**Aim of the exercise:**
Copy nothing from the entries below except the lines from the one containing "3000.0), z_axis=(0.0, 0.0, 1.0), x_axis=(1.0, 0.0, 0.0)))" through the one containing "FILE_DESCRIPTION((''),'2;1');", and copy those exactly.

═══ Records shown

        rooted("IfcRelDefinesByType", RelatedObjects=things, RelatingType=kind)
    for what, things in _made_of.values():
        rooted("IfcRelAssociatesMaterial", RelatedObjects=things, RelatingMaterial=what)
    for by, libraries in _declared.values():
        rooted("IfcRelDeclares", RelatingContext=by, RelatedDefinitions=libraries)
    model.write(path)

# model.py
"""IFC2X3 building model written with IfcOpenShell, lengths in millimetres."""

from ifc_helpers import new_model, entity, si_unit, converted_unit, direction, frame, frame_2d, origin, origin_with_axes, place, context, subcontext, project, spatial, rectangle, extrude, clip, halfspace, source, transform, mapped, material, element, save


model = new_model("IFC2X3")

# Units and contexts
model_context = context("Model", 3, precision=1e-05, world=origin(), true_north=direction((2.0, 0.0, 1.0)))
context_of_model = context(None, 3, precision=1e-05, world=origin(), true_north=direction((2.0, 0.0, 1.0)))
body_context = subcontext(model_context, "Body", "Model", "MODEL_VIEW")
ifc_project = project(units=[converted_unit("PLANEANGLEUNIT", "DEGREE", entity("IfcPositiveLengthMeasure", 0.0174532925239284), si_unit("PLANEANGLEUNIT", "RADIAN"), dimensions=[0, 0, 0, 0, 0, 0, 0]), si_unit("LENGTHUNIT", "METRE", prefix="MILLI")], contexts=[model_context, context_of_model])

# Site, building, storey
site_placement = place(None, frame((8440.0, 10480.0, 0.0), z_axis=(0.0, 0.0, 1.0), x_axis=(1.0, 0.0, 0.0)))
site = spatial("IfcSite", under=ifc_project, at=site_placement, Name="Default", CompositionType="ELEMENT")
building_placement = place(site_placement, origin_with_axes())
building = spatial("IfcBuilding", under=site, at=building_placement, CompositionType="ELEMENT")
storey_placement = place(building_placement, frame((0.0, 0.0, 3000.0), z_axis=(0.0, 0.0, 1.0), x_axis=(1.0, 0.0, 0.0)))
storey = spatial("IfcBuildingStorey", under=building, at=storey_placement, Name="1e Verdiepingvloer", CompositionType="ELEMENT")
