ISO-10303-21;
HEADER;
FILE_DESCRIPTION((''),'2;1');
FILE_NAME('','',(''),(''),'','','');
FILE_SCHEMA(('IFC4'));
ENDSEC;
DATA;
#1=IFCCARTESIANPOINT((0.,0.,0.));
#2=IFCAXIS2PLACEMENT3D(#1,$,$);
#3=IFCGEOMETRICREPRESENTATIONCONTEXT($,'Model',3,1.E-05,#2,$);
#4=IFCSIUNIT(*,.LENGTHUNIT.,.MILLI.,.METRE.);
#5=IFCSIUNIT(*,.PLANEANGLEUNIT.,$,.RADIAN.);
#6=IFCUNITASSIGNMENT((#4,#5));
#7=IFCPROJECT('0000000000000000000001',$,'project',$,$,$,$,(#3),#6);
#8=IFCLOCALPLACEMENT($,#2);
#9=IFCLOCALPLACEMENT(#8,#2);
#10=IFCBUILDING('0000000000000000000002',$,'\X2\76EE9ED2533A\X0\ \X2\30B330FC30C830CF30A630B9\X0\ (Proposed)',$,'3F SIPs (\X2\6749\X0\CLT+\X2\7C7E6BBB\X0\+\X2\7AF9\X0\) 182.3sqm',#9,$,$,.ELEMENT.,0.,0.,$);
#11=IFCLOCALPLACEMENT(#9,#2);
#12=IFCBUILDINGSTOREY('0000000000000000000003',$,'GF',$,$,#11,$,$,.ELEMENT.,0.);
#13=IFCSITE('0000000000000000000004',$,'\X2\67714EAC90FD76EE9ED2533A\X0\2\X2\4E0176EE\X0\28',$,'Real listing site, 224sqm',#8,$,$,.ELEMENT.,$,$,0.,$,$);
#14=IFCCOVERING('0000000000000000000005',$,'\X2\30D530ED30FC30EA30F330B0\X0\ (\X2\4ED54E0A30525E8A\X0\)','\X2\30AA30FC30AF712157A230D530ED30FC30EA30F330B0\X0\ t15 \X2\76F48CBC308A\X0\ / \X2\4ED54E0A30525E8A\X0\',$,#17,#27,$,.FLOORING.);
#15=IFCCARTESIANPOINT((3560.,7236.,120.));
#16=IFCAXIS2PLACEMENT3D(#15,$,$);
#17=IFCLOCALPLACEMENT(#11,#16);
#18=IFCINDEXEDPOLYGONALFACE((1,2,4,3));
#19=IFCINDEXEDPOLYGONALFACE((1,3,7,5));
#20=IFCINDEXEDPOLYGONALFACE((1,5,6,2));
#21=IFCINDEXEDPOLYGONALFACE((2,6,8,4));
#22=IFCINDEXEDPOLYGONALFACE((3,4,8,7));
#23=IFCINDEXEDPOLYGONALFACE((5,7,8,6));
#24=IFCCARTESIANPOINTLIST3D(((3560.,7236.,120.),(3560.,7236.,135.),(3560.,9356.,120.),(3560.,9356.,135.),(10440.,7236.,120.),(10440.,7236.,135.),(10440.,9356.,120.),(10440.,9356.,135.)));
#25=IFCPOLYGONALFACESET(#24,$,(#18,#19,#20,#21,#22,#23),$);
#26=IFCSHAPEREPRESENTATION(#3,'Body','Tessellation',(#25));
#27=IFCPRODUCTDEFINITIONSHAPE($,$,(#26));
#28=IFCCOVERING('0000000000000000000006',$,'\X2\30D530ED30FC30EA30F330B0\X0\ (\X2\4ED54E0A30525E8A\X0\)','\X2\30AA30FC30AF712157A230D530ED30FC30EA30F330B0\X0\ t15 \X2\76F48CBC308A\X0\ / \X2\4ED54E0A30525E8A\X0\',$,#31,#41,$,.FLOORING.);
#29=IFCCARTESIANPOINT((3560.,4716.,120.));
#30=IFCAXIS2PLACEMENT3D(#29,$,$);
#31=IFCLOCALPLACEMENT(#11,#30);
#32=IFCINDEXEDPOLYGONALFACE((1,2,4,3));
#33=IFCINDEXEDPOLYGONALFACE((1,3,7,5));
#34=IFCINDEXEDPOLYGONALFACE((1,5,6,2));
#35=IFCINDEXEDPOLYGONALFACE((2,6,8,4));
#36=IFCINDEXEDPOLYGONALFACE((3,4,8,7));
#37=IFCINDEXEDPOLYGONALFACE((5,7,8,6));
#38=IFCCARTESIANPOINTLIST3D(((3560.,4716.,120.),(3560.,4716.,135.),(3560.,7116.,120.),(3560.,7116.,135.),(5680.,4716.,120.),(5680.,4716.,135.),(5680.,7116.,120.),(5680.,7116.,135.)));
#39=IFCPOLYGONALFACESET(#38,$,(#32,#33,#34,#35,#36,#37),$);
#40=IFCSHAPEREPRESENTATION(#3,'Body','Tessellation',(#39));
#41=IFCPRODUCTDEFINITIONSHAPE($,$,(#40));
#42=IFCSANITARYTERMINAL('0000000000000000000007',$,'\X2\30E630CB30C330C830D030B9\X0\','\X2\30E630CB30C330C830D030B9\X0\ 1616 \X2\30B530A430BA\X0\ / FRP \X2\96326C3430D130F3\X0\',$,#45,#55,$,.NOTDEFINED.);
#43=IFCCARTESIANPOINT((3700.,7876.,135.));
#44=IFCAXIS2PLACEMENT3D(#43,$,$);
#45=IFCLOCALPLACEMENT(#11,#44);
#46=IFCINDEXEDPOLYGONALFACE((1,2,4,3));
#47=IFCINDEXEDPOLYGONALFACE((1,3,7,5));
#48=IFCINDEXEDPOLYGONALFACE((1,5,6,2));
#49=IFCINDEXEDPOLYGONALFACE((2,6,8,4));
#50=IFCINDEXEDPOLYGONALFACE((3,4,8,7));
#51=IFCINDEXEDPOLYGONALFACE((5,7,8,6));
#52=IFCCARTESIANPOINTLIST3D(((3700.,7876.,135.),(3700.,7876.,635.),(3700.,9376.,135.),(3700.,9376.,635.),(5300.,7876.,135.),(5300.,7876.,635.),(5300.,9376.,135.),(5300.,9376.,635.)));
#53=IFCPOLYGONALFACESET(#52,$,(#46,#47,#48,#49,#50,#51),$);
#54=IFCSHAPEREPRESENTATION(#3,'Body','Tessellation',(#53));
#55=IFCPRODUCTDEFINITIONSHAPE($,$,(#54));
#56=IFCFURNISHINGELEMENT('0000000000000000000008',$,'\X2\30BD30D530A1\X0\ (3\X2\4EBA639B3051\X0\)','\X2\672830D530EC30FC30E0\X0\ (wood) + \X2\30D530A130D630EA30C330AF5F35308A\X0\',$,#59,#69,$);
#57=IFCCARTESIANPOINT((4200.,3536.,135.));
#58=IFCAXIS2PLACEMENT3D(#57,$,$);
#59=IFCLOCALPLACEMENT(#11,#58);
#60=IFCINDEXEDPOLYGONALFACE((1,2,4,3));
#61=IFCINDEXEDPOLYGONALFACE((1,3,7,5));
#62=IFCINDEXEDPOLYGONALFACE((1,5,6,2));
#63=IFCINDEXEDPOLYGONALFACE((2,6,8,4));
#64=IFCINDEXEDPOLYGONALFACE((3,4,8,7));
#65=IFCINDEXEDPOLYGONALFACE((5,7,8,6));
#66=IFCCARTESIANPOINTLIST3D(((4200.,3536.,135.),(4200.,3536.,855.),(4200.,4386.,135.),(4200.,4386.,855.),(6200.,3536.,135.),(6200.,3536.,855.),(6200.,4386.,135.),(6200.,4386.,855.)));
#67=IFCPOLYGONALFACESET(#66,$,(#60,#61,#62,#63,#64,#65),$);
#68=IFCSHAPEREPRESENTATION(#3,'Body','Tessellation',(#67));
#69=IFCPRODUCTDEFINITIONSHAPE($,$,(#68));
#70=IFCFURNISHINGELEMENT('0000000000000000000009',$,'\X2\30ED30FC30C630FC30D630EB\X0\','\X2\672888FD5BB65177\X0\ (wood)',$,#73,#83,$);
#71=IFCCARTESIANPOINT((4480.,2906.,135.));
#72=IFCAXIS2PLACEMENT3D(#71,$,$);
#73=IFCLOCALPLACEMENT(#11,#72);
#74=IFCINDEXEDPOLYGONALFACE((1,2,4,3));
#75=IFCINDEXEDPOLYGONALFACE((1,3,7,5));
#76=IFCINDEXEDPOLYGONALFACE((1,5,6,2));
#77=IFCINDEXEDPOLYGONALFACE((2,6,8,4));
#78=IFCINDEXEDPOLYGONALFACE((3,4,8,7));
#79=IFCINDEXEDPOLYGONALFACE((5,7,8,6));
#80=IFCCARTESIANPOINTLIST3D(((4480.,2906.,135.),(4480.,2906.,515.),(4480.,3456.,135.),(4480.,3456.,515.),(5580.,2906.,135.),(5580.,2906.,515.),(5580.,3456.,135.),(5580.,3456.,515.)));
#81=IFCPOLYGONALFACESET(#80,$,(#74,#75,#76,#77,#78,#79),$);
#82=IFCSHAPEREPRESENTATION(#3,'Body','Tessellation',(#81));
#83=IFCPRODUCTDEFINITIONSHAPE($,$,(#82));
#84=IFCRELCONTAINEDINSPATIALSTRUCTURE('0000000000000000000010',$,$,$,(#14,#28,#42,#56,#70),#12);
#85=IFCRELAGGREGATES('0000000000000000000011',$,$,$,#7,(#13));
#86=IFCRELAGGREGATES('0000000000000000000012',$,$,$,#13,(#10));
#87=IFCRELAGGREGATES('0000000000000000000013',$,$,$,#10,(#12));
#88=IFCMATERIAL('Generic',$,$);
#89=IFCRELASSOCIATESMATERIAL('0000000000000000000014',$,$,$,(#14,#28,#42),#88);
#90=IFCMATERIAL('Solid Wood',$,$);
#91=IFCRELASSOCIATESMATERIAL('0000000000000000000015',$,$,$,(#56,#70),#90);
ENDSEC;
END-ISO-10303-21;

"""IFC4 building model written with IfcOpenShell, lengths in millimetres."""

from ifc_helpers import new_model, si_unit, frame, frame_2d, origin, place, context, project, spatial, rectangle, extrude, material, element, save


model = new_model("IFC4")

# Units and contexts
model_context = context("Model", 3, precision=1e-05, world=origin())
ifc_project = project(units=[si_unit("LENGTHUNIT", "METRE", prefix="MILLI"), si_unit("PLANEANGLEUNIT", "RADIAN")], contexts=[model_context])

# Site, building, storey
site_placement = place(None, origin())
site = spatial("IfcSite", under=ifc_project, at=site_placement, Name="東京都目黒区2丁目28", ObjectType="Real listing site, 224sqm", CompositionType="ELEMENT", RefElevation=0.0)
building_placement = place(site_placement, origin())
building = spatial("IfcBuilding", under=site, at=building_placement, Name="目黒区 コートハウス (Proposed)", ObjectType="3F SIPs (杉CLT+籾殻+竹) 182.3sqm", CompositionType="ELEMENT", ElevationOfRefHeight=0.0, ElevationOfTerrain=0.0)
storey_placement = place(building_placement, origin())
storey = spatial("IfcBuildingStorey", under=building, at=storey_placement, Name="GF", CompositionType="ELEMENT", Elevation=0.0)

# Shared definitions
ifc_material_1 = material(Name="Solid Wood")

# Coverings
ifc_material_2 = material(Name="Generic")
covering_1_placement = place(storey_placement, frame((3560.0, 7236.0, 120.0)))
element("IfcCovering", 1, at=covering_1_placement, inside=storey, material=ifc_material_2, Name="フローリング (仕上げ床)", Description="オーク無垢フローリング t15 直貼り / 仕上げ床", PredefinedType="FLOORING", context=model_context, shape_type="SweptSolid", body=[
    extrude(rectangle(XDim=6880.0, YDim=2120.0, at=frame_2d((3440.0, 1060.0))), frame((3560.0, 7236.0, 120.0)), (0.0, 0.0, 1.0), 15.0),
])
covering_2_placement = place(storey_placement, frame((3560.0, 4716.0, 120.0)))
element("IfcCovering", 2, at=covering_2_placement, inside=storey, material=ifc_material_2, Name="フローリング (仕上げ床)", Description="オーク無垢フローリング t15 直貼り / 仕上げ床", PredefinedType="FLOORING", context=model_context, shape_type="SweptSolid", body=[
    extrude(rectangle(XDim=2120.0, YDim=2400.0, at=frame_2d((1060.0, 1200.0))), frame((3560.0, 4716.0, 120.0)), (0.0, 0.0, 1.0), 15.0),
])

# Sanitary terminal
sanitary_terminal_placement = place(storey_placement, frame((3700.0, 7876.0, 135.0)))
element("IfcSanitaryTerminal", 3, at=sanitary_terminal_placement, inside=storey, material=ifc_material_2, Name="ユニットバス", Description="ユニットバス 1616 サイズ / FRP 防水パン", PredefinedType="NOTDEFINED", context=model_context, shape_type="SweptSolid", body=[
    extrude(rectangle(XDim=1600.0, YDim=1500.0, at=frame_2d((800.0, 750.0))), frame((3700.0, 7876.0, 135.0)), (0.0, 0.0, 1.0), 500.0),
])

# Furnishing elements
furnishing_1_placement = place(storey_placement, frame((4200.0, 3536.0, 135.0)))
element("IfcFurnishingElement", 4, at=furnishing_1_placement, inside=storey, material=ifc_material_1, Name="ソファ (3人掛け)", Description="木フレーム (wood) + ファブリック張り", context=model_context, shape_type="SweptSolid", body=[
    extrude(rectangle(XDim=2000.0, YDim=850.0, at=frame_2d((1000.0, 425.0))), frame((4200.0, 3536.0, 135.0)), (0.0, 0.0, 1.0), 720.0),
])
furnishing_2_placement = place(storey_placement, frame((4480.0, 2906.0, 135.0)))
element("IfcFurnishingElement", 5, at=furnishing_2_placement, inside=storey, material=ifc_material_1, Name="ローテーブル", Description="木製家具 (wood)", context=model_context, shape_type="SweptSolid", body=[
    extrude(rectangle(XDim=1100.0, YDim=550.0, at=frame_2d((550.0, 275.0))), frame((4480.0, 2906.0, 135.0)), (0.0, 0.0, 1.0), 380.0),
])

save(model, "model.ifc")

══════

**Written answer:**
storey_placement = place(building_placement, frame((0.0, 0.0, 3000.0), z_axis=(0.0, 0.0, 1.0), x_axis=(1.0, 0.0, 0.0)))
storey = spatial("IfcBuildingStorey", under=building, at=storey_placement, Name="1e Verdiepingvloer", CompositionType="ELEMENT")
ISO-10303-21;
HEADER;
FILE_DESCRIPTION((''),'2;1');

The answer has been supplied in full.